*WHAT NEEDS TO BE DONE*:
Your answer should be every line of the records that contains the word "IFCPRODUCTDEFINITIONSHAPE", copied as it stands.
BEGIN RECORDS FOR THIS EXERCISE
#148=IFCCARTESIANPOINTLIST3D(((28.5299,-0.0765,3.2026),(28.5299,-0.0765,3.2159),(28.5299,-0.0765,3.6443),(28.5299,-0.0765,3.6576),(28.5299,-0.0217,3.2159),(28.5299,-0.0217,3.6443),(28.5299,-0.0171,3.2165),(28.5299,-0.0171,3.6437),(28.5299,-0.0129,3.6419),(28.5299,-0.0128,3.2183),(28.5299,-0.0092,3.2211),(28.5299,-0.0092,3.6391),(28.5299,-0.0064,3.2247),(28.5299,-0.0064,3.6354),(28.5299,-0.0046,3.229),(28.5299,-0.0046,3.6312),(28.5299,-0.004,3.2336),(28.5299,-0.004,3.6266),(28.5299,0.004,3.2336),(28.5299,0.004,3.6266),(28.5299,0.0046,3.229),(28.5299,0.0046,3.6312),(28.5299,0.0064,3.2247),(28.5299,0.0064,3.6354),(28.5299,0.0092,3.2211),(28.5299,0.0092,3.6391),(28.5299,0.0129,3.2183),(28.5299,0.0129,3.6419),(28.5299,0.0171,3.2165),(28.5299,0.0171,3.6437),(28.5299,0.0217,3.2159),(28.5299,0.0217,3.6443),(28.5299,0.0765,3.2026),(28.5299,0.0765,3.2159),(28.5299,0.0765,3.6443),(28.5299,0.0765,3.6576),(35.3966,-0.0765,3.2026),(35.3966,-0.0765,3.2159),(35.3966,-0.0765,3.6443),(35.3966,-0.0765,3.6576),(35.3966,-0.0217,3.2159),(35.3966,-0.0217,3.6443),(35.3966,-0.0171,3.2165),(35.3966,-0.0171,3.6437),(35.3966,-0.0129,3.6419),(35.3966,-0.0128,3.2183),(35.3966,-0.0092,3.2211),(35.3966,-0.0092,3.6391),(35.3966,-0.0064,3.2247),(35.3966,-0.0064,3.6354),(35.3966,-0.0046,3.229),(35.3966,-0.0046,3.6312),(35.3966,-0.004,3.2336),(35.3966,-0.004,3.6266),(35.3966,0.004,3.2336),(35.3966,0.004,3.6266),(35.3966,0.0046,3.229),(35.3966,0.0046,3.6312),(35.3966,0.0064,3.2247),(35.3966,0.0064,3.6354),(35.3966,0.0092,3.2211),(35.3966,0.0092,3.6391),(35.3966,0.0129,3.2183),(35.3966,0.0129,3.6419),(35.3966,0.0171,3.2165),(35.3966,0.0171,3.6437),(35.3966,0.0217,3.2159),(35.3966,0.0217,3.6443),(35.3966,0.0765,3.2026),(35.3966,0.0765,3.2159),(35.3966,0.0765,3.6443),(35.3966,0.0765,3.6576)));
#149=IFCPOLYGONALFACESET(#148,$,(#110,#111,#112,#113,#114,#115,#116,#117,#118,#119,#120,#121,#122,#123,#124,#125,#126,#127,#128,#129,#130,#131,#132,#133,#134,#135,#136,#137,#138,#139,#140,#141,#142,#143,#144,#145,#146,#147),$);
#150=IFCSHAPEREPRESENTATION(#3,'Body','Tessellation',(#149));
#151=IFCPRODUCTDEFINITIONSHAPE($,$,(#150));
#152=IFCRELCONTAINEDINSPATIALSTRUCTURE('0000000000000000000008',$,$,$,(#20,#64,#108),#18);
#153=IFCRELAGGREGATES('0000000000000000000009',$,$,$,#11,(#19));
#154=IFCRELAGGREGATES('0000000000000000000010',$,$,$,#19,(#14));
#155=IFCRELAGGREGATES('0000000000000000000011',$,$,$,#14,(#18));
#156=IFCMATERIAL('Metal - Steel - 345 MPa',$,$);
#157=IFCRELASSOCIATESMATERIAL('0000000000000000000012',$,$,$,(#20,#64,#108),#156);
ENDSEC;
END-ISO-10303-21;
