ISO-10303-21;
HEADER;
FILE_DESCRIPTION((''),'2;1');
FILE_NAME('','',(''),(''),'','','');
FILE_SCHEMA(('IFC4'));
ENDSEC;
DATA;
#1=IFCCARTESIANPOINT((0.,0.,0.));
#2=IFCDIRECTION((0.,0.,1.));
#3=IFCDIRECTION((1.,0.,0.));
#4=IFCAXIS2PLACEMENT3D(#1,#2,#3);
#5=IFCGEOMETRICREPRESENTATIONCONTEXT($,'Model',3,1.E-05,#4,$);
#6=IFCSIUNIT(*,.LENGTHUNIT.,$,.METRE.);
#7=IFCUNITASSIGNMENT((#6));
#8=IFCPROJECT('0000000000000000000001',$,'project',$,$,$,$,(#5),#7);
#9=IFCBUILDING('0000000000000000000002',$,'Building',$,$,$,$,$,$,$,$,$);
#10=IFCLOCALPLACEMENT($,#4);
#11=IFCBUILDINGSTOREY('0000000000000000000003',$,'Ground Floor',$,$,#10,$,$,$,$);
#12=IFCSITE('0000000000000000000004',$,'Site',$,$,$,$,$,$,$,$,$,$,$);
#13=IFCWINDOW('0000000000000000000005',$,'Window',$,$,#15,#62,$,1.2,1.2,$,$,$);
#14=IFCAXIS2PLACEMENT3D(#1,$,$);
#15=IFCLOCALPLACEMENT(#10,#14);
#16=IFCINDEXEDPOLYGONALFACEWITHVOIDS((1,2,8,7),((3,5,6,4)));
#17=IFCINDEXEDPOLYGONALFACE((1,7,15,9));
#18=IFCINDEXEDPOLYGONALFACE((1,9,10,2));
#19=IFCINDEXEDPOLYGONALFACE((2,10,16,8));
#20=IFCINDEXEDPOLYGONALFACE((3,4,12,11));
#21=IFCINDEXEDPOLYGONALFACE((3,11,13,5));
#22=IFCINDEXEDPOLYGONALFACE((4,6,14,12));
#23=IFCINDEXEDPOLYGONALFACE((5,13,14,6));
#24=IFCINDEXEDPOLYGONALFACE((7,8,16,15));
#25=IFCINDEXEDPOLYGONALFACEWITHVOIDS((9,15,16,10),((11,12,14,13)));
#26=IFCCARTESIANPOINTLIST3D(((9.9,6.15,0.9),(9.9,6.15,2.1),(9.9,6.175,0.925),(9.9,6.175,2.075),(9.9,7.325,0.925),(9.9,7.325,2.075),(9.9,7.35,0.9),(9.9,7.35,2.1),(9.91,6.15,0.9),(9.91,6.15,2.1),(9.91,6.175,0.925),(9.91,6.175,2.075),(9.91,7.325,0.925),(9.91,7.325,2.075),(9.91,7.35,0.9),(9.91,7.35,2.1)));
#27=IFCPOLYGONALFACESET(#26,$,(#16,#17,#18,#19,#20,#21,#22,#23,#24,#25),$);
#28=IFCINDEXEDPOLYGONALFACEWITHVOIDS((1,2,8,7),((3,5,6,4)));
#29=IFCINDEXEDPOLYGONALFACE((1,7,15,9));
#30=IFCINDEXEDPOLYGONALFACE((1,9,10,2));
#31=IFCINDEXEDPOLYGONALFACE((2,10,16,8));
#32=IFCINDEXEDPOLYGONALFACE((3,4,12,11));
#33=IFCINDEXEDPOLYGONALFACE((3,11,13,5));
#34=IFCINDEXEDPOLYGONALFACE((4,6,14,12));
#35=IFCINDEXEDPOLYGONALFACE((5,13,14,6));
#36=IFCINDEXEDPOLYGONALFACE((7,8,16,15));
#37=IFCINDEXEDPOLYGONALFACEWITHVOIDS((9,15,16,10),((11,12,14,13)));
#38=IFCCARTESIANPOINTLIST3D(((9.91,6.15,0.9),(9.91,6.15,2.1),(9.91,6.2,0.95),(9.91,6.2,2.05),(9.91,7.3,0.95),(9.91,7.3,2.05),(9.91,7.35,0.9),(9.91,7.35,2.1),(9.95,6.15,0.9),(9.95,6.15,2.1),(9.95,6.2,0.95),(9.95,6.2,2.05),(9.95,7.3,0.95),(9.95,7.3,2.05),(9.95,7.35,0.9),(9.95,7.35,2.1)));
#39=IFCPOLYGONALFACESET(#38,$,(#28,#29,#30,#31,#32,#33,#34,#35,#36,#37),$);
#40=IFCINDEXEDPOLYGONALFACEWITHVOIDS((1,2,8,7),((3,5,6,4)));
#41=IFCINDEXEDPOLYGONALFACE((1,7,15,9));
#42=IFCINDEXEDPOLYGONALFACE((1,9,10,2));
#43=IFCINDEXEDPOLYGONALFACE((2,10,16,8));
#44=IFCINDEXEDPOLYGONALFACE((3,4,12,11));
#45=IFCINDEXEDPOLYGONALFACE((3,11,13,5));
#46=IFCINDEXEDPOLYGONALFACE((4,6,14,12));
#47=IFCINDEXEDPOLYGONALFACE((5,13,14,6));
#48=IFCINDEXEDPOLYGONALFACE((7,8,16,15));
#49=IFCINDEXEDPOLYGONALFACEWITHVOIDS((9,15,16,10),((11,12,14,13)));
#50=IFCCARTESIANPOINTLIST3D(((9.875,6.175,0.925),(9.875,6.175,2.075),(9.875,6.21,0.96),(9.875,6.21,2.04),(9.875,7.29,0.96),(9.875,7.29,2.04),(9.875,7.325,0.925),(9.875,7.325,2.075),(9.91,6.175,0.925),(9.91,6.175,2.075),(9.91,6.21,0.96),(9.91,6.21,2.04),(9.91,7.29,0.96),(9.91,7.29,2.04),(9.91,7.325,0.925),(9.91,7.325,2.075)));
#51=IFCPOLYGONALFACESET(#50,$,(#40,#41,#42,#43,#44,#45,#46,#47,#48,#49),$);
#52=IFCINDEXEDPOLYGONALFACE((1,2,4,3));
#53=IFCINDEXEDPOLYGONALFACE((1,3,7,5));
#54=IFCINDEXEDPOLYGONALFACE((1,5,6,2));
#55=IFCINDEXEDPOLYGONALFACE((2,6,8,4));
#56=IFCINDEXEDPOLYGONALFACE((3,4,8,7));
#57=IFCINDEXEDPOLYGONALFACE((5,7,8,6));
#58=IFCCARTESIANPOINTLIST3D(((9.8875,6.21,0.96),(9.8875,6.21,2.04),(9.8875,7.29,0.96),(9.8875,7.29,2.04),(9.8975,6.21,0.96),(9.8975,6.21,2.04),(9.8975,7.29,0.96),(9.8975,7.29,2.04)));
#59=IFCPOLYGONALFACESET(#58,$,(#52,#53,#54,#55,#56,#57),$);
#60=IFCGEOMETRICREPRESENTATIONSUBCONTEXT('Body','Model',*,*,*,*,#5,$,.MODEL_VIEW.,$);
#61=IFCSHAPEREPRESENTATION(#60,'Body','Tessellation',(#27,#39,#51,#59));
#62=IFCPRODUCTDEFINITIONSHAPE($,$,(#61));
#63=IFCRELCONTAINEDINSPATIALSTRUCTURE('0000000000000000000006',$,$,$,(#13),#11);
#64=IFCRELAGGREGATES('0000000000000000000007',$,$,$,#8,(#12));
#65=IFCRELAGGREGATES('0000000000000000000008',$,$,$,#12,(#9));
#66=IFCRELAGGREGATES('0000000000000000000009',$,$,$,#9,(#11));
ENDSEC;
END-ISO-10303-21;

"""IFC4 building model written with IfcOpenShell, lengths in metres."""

from ifc_helpers import new_model, si_unit, frame, origin_with_axes, place, context, subcontext, project, spatial, line, indexed_curve, outline, extrude, element, save


model = new_model("IFC4")

# Units and contexts
model_context = context("Model", 3, precision=1e-05, world=origin_with_axes())
body_context = subcontext(model_context, "Body", "Model", "MODEL_VIEW")
ifc_project = project(units=[si_unit("LENGTHUNIT", "METRE")], contexts=[model_context])

# Site, building, storey
site = spatial("IfcSite", under=ifc_project, Name="Site")
building = spatial("IfcBuilding", under=site, Name="Building")
storey_placement = place(None, origin_with_axes())
storey = spatial("IfcBuildingStorey", under=building, at=storey_placement, Name="Ground Floor")

# Window
window_1_placement = place(storey_placement, frame((10.0, 6.15, 0.9), z_axis=(0.0, 0.0, 1.0), x_axis=(0.0, 1.0, 0.0)))
element("IfcWindow", 1, at=window_1_placement, inside=storey, Name="Window", OverallHeight=1.2, OverallWidth=1.2, context=body_context, shape_type="SweptSolid", body=[
    extrude(outline(indexed_curve([(0.0, 0.0), (1.2, 0.0), (1.2, 1.2), (0.0, 1.2)], segments=[line(1, 2, 3, 4, 1)]), holes=[indexed_curve([(0.025, 0.025), (1.175, 0.025), (1.175, 1.175), (0.025, 1.175)], segments=[line(1, 2, 3, 4, 1)])]), frame((0.0, 0.09, 0.0), z_axis=(0.0, -1.0, 0.0), x_axis=(1.0, 0.0, 0.0)), (0.0, 0.0, -1.0), 0.01),
    extrude(outline(indexed_curve([(0.0, 0.0), (1.2, 0.0), (1.2, 1.2), (0.0, 1.2)], segments=[line(1, 2, 3, 4, 1)]), holes=[indexed_curve([(0.05, 0.05), (1.15, 0.05), (1.15, 1.15), (0.05, 1.15)], segments=[line(1, 2, 3, 4, 1)])]), frame((0.0, 0.05, 0.0), z_axis=(0.0, -1.0, 0.0), x_axis=(1.0, 0.0, 0.0)), (0.0, 0.0, -1.0), 0.04),
    extrude(outline(indexed_curve([(0.0, 0.0), (1.15, 0.0), (1.15, 1.15), (0.0, 1.15)], segments=[line(1, 2, 3, 4, 1)]), holes=[indexed_curve([(0.035, 0.035), (1.115, 0.035), (1.115, 1.115), (0.035, 1.115)], segments=[line(1, 2, 3, 4, 1)])]), frame((0.025, 0.09, 0.025), z_axis=(0.0, -1.0, 0.0), x_axis=(1.0, 0.0, 0.0)), (0.0, 0.0, -1.0), 0.035),
    extrude(outline(indexed_curve([(0.035, 0.035), (1.115, 0.035), (1.115, 1.115), (0.035, 1.115)], segments=[line(1, 2, 3, 4, 1)])), frame((0.025, 0.1025, 0.025), z_axis=(0.0, -1.0, 0.0), x_axis=(1.0, 0.0, 0.0)), (0.0, 0.0, -1.0), 0.01),
])

save(model, "model.ifc")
END RECORDS FOR THIS EXERCISE
*ANSWER SPACE*:
#151=IFCPRODUCTDEFINITIONSHAPE($,$,(#150));
#62=IFCPRODUCTDEFINITIONSHAPE($,$,(#61));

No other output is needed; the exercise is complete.